China makes fusion tech breakthrough with world's first HH70 Tokamak

China witnessed a historic moment with the completion and operation of the world's first fully high-temperature superconducting tokamak device, named HH70, in its eastern Municipality of Shanghai on Tuesday, marking a significant leap forward in global fusion technology development for clean energy.

Tokamak devices, often called "artificial suns," are traditionally large and expensive. 

Designed and built by a commercial company, Energy Singularity, the HH70 is smaller and cheaper to produce, paving the way for more commercially viable fusion reactors in the future, said Guo Houyang, co-founder and CTO of Energy Singularity. 

The HH70 boasts a magnetic system constructed from high-temperature superconducting materials, a global first. Energy Singularity achieved this feat within two years, setting a world record for the fastest development and construction of a superconducting tokamak device. 

The successful operation of the HH70 marks a significant milestone for China. It signifies a major step forward in verifying the engineering feasibility of high-temperature superconducting tokamaks, paving the way for a clean and sustainable energy future.

According to the World Energy Outlook, if fossil fuel like oil, natural gas and coal gradually exit the global market, humans will face more than a 10 percent energy shortage by 2050. This is a huge opportunity and a challenge for taming controlled nuclear fusion energy.

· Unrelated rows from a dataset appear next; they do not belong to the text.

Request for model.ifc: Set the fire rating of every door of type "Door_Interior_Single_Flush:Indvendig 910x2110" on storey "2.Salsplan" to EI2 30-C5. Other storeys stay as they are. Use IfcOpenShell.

First a look at what the model holds.

```python
import ifcopenshell
import ifcopenshell.util.element

model = ifcopenshell.open("model.ifc")
print(model.schema)
storey = next(s for s in model.by_type("IfcBuildingStorey") if s.Name == "2.Salsplan")
doors = [e for e in ifcopenshell.util.element.get_decomposition(storey) if e.is_a("IfcDoor")]
seen = {}
for e in doors:
    element_type = ifcopenshell.util.element.get_type(e)
    key = (element_type.Name if element_type != e and element_type else None, ifcopenshell.util.element.get_pset(e, "Pset_DoorCommon", "FireRating"))
    seen[key] = seen.get(key, 0) + 1
for (name, value), count in sorted(seen.items(), key=str):
    print(count, "x", name, "|", value)
```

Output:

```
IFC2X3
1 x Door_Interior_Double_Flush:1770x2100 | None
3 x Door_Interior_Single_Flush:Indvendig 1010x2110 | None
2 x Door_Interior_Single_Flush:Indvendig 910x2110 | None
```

```python
import ifcopenshell
import ifcopenshell.api.pset
import ifcopenshell.util.element

model = ifcopenshell.open("model.ifc")

storey = next(s for s in model.by_type("IfcBuildingStorey") if s.Name == "2.Salsplan")
doors = [e for e in ifcopenshell.util.element.get_decomposition(storey) if e.is_a("IfcDoor")]

count = 0
for e in doors:
    element_type = ifcopenshell.util.element.get_type(e)
    if element_type in (None, e) or element_type.Name != "Door_Interior_Single_Flush:Indvendig 910x2110":
        continue
    # add_pset returns the element's existing set when there is one.
    pset = ifcopenshell.api.pset.add_pset(model, product=e, name="Pset_DoorCommon")
    ifcopenshell.api.pset.edit_pset(model, pset=pset, properties={"FireRating": "EI2 30-C5"})
    count += 1

print(count, "doors updated")

model.write("model_v2.ifc")
```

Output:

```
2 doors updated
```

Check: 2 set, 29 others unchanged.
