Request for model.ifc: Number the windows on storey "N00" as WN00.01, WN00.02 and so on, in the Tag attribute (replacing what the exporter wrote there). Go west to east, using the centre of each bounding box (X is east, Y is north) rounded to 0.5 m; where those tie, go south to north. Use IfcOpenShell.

First a look at what the model holds.

```python
import ifcopenshell
import ifcopenshell.util.element
import ifcopenshell.util.placement

model = ifcopenshell.open("model.ifc")
print(model.schema)
storey = next(s for s in model.by_type("IfcBuildingStorey") if s.Name == "N00")
windows = [e for e in ifcopenshell.util.element.get_decomposition(storey) if e.is_a("IfcWindow")]
for e in sorted(windows, key=lambda e: e.id()):
    origin = ifcopenshell.util.placement.get_local_placement(e.ObjectPlacement)[:3, 3]
    print(e.id(), e.Tag, e.Name, origin.round(2) + 0.0, sep=" | ")
```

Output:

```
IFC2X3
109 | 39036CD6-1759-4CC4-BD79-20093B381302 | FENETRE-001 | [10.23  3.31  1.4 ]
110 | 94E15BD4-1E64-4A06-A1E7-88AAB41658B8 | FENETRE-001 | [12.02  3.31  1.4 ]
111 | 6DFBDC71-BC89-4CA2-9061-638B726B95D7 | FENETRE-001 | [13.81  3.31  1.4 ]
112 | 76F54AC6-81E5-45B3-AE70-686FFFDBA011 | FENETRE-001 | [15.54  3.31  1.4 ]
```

```python
import ifcopenshell
import ifcopenshell.geom
import ifcopenshell.util.element
import ifcopenshell.util.shape

model = ifcopenshell.open("model.ifc")
settings = ifcopenshell.geom.settings()
settings.set("use-world-coords", True)


def centre(element):
    shape = ifcopenshell.geom.create_shape(settings, element)
    return ifcopenshell.util.shape.get_bbox_centroid(shape.geometry)


storey = next(s for s in model.by_type("IfcBuildingStorey") if s.Name == "N00")
windows = [e for e in ifcopenshell.util.element.get_decomposition(storey) if e.is_a("IfcWindow")]

# Insertion points can sit at a corner or the storey origin, so sort by the geometry (in metres).
centres = {e: centre(e) for e in windows}
windows.sort(key=lambda e: (round(centres[e][0] / 0.5), centres[e][1]))

for i, e in enumerate(windows, start=1):
    number = f"WN00.{i:02d}"
    e.Tag = number
    print(e.id(), number)

model.write("model_updated.ifc")
```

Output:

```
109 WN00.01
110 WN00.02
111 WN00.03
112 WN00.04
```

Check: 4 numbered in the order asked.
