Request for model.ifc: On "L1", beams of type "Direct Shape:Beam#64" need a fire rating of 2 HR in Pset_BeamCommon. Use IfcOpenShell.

First a look at what the model holds.

```python
import ifcopenshell
import ifcopenshell.util.element

model = ifcopenshell.open("model.ifc")
print(model.schema)
storey = next(s for s in model.by_type("IfcBuildingStorey") if s.Name == "L1")
beams = [e for e in ifcopenshell.util.element.get_decomposition(storey) if e.is_a("IfcBeam")]
seen = {}
for e in beams:
    element_type = ifcopenshell.util.element.get_type(e)
    key = (element_type.Name if element_type != e and element_type else None, ifcopenshell.util.element.get_pset(e, "Pset_BeamCommon", "FireRating"))
    seen[key] = seen.get(key, 0) + 1
for (name, value), count in sorted(seen.items(), key=str):
    print(count, "x", name, "|", value)
```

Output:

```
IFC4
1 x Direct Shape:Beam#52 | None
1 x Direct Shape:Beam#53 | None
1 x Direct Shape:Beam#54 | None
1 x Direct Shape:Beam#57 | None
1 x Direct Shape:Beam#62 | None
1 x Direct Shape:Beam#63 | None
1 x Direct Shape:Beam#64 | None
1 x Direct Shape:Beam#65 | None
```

```python
import ifcopenshell
import ifcopenshell.api.pset
import ifcopenshell.util.element

model = ifcopenshell.open("model.ifc")

storey = next(s for s in model.by_type("IfcBuildingStorey") if s.Name == "L1")
beams = [e for e in ifcopenshell.util.element.get_decomposition(storey) if e.is_a("IfcBeam")]

count = 0
for e in beams:
    element_type = ifcopenshell.util.element.get_type(e)
    if element_type in (None, e) or element_type.Name != "Direct Shape:Beam#64":
        continue
    # add_pset returns the element's existing set when there is one.
    pset = ifcopenshell.api.pset.add_pset(model, product=e, name="Pset_BeamCommon")
    ifcopenshell.api.pset.edit_pset(model, pset=pset, properties={"FireRating": "2 HR"})
    count += 1

print(count, "beams updated")

model.write("model_updated.ifc")
```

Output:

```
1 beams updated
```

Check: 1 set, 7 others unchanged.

Over the past few years, breakthroughs in high-temperature superconducting materials and other technologies have made it possible to develop an economically viable tokamak, according to Guo. The tokamak is an experimental machine designed to harness the energy of fusion. Controlled nuclear fusion offers a clean and sustainable energy solution that could help combat climate change and resource depletion, said Gao. 

By 2027, Energy Singularity aims to build a next-generation tokamak, a steady-state, high-magnetic-field, high-temperature superconducting model. This project will lay the groundwork for commercially viable fusion energy acquisition, with an ultimate goal of a demonstration power plant by 2030, Guo added.